Of these, nickel-hydrogen storage batteries can be expected to have higher capacity densities, and thus are rapidly becoming popular as small sealed storage batteries in recent years.

This nickel-hydrogen storage battery uses nickel for the positive electrode and hydrogen storage alloy for the negative electrode,
Many proposals have been made on manufacturing methods, construction methods, and the like.

As a structure of a cylindrical nickel-hydrogen storage battery, at present, a method in which a positive electrode plate, a negative electrode plate, and a separator are stacked is spirally wound and inserted into a battery case. In addition to this, Japanese Utility Model Application Laid-Open No. 58-24967 proposes a method using a cylindrical or columnar sintered electrode.

[0005]

[PROBLEMS TO BE SOLVED BY THE INVENTION]
The further increase in capacity of hydrogen storage batteries is indispensable for meeting market needs or for further development of portable devices. However, in the present method of construction, a thin and long electrode is wound in a spiral shape, so that a long separator is required, and the ratio of the separator volume to the battery internal volume is large.
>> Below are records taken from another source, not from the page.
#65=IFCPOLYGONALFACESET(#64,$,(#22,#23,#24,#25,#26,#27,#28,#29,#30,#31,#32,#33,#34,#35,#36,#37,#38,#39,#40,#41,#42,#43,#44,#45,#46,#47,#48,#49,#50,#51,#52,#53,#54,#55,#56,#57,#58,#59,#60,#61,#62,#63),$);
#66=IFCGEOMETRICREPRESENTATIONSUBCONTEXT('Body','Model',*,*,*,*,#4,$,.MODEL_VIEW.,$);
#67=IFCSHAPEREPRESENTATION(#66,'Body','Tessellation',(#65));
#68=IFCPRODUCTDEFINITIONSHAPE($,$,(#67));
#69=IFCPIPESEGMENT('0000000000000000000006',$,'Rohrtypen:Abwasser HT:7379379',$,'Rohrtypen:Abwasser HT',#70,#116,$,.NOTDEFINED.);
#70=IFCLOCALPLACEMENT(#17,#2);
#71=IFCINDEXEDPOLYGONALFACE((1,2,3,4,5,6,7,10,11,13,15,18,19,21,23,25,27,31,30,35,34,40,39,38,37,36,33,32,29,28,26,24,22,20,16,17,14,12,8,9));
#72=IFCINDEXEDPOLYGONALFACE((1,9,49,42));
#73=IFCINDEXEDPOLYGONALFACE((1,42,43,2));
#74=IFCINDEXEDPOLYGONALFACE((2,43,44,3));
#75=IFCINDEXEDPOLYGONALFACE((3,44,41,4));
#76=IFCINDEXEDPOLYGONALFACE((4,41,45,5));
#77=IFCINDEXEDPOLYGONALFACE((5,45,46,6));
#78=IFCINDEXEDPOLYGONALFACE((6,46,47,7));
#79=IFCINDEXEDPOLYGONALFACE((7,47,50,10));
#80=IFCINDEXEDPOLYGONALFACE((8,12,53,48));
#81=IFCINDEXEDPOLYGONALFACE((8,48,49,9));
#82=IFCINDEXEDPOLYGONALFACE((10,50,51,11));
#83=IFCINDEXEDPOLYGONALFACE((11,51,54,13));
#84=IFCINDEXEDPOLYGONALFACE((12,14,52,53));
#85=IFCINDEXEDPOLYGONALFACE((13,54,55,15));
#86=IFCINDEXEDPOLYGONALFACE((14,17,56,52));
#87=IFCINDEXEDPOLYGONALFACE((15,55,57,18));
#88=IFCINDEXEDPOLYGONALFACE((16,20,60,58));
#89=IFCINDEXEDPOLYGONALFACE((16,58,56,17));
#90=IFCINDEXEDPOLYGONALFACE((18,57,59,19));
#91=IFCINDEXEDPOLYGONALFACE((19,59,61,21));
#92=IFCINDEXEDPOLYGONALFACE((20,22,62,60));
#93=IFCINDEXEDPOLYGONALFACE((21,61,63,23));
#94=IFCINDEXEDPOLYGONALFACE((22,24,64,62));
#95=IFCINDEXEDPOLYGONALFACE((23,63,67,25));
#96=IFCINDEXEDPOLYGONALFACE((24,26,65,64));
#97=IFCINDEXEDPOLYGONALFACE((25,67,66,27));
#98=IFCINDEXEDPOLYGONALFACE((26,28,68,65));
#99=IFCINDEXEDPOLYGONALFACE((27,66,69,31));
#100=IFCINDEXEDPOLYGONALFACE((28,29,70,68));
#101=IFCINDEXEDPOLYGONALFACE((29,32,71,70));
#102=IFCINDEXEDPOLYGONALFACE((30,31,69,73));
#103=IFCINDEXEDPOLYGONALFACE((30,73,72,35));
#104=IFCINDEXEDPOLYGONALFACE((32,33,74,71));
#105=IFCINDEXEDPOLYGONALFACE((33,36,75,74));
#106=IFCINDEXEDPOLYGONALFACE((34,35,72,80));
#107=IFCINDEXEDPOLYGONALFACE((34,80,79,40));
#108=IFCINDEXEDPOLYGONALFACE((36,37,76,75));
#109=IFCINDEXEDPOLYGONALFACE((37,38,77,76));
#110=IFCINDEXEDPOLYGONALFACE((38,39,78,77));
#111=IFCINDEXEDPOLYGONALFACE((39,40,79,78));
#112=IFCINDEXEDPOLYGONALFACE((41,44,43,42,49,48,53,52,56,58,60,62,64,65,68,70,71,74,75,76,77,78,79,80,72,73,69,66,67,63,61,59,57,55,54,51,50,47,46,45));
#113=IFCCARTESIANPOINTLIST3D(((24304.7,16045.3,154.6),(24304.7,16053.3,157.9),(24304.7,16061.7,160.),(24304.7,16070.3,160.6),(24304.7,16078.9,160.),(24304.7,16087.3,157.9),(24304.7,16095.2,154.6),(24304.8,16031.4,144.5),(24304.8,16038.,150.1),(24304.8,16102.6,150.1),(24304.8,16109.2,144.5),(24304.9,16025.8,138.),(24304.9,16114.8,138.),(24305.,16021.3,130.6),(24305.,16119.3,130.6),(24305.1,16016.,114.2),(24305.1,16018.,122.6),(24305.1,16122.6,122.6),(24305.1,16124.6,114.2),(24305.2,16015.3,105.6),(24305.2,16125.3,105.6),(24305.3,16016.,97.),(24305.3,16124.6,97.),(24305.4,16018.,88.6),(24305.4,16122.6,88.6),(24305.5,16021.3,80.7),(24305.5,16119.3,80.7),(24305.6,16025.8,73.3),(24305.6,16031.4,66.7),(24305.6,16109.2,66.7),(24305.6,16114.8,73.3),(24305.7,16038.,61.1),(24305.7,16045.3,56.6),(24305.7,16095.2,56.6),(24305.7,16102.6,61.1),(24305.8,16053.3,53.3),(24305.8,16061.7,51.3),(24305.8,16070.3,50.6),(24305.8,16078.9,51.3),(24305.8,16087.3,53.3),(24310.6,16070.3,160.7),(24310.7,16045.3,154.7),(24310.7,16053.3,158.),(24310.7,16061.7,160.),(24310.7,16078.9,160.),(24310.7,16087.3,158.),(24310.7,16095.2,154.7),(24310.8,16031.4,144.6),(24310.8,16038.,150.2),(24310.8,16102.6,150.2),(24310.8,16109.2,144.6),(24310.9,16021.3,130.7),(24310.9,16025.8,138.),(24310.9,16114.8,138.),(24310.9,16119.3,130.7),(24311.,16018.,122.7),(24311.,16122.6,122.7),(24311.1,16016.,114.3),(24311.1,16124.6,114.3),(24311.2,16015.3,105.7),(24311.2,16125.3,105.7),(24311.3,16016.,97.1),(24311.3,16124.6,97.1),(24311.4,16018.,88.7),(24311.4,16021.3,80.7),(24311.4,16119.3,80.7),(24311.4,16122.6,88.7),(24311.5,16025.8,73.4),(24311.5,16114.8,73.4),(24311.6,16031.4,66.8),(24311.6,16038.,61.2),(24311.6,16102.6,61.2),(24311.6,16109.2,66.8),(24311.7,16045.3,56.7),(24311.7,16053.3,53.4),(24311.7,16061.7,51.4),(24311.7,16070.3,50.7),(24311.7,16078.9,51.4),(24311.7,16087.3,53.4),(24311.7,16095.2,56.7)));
Moreover, since there is an ineffective volume portion that does not participate in the charge / discharge reaction in the center of the battery at the beginning of winding of the electrode and the peripheral portion of the battery at the end of winding, the volume efficiency is poor. As a method for improving the volumetric efficiency, there is a method disclosed in Japanese Utility Model Laid-Open No. Sho 58-24967. However, this method has problems such as low electrochemical utilization rate of active material and low low temperature high rate discharge capacity. It was

[0006]

In order to solve the above-mentioned problems, a cylindrical nickel-hydrogen storage battery of the present invention is a positive electrode in which an active material material mainly containing nickel hydroxide and a conductive core material are integrally molded in a cylindrical shape. , And a negative electrode integrally formed with a hydrogen storage alloy and a conductive core material in a cylindrical shape having an inner diameter larger than the diameter of the positive electrode, and the cylindrical negative electrode is arranged around the cylindrical positive electrode via a separator. I did it.
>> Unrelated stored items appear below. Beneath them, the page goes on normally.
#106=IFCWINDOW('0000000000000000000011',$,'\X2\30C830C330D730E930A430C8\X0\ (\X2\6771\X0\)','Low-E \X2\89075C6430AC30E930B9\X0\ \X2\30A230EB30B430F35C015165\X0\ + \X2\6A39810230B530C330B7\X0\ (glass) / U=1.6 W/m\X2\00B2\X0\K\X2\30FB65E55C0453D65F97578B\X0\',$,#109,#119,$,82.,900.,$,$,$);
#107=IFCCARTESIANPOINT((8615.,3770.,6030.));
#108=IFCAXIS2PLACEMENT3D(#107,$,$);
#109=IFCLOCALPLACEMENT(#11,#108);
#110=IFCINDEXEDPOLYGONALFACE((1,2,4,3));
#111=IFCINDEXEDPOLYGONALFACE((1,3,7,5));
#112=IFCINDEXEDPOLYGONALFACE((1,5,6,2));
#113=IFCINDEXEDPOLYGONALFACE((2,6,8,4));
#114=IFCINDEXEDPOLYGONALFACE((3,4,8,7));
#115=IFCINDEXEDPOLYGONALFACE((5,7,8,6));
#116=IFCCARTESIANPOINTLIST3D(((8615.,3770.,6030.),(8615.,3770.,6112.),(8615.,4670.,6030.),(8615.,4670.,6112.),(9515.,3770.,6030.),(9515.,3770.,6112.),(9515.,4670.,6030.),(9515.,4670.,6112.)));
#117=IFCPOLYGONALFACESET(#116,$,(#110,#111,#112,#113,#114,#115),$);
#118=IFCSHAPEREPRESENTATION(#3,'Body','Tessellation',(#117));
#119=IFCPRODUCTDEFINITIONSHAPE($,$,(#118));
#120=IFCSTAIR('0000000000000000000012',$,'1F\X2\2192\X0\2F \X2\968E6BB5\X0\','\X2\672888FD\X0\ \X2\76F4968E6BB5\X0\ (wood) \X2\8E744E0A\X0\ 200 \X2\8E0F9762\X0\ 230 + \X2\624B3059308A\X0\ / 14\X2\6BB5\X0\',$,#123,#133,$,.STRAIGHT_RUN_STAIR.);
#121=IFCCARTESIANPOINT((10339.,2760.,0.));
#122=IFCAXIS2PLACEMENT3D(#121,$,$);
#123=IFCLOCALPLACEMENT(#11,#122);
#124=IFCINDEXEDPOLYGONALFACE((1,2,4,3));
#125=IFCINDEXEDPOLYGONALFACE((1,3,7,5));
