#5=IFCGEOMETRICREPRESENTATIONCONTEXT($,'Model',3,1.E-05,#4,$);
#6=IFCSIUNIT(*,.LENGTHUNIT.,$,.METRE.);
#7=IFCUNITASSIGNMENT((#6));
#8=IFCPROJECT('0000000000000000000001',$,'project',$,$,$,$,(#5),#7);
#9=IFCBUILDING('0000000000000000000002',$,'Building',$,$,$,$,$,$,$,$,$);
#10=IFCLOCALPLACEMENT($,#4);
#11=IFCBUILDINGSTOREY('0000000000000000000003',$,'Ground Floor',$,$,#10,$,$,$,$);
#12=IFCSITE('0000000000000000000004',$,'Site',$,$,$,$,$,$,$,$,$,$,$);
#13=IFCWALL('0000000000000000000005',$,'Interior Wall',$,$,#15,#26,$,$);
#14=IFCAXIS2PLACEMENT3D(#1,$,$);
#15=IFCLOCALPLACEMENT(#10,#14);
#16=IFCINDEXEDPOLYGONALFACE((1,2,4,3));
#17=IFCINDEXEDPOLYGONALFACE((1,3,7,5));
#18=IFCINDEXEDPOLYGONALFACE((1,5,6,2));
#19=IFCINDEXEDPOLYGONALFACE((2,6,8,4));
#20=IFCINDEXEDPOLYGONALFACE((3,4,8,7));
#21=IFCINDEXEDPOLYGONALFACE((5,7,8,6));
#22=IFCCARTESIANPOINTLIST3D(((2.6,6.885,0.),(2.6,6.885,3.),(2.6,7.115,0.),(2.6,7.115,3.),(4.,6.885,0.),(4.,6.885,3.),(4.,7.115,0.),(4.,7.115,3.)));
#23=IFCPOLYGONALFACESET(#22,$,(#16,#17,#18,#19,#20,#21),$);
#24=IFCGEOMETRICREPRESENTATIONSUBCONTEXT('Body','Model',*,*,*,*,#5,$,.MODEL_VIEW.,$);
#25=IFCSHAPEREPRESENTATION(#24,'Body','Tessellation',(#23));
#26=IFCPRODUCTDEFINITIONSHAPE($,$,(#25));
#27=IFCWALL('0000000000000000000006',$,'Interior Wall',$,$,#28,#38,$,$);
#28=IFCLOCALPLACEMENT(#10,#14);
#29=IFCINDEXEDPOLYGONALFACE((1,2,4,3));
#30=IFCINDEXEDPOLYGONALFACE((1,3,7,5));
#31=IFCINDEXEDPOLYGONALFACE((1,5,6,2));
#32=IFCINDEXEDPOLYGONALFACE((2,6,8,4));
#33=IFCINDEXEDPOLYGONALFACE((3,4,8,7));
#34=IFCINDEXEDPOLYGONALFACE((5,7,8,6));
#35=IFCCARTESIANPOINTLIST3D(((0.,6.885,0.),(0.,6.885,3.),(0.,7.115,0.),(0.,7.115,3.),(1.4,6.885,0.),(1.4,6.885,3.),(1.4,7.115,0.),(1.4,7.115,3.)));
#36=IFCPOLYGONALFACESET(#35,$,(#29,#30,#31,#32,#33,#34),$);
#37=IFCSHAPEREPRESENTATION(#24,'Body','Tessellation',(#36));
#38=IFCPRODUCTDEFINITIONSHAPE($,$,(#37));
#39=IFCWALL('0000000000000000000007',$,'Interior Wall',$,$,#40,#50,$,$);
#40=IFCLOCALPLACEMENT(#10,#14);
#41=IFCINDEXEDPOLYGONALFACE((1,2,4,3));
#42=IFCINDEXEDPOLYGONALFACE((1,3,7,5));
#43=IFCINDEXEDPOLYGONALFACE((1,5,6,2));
In this case, a three-layer structure is provided in which the cylindrical positive electrode, the cylindrical negative electrode, and the cylindrical positive electrode having an inner diameter larger than the outer diameter of the cylindrical negative electrode are arranged in this order from the inside of the diameter, and a separator is provided between the different electrodes. You may make it intervene.

Further, in order to solve the above-mentioned problems, the cylindrical nickel-hydrogen storage battery of the present invention has a negative electrode in which a hydrogen storage alloy and a conductive core material are integrally molded in a cylindrical shape, and an active material mainly containing nickel hydroxide. It has a positive electrode in which a material and a conductive core material are integrally molded in a cylindrical shape having an inner diameter larger than the diameter of the negative electrode, and the cylindrical positive electrode is arranged around a cylindrical negative electrode via a separator. .

In this case, a three-layer structure is provided in which the columnar negative electrode, the cylindrical positive electrode, and the cylindrical negative electrode having an inner diameter larger than the outer diameter of the cylindrical positive electrode are arranged in this order from the inner side of the diameter, and a separator is provided between the different electrodes. You may make it intervene.

The positive electrode and / or the negative electrode preferably has at least one conductive core material selected from a foamed metal porous body, a metal fiber, a carbon fiber, a metal mesh, a punching metal and an expanded metal.

The porosity of the positive electrode and / or the negative electrode is preferably 25 to 50%.

In the positive electrode and / or the negative electrode,
It is preferable to disperse at least one selected from a water-holding resin, a highly water-absorbent resin powder, a proton conductive solid electrolyte and an alkali gel.

The nickel hydroxide preferably has a powder surface coated with a conductive material.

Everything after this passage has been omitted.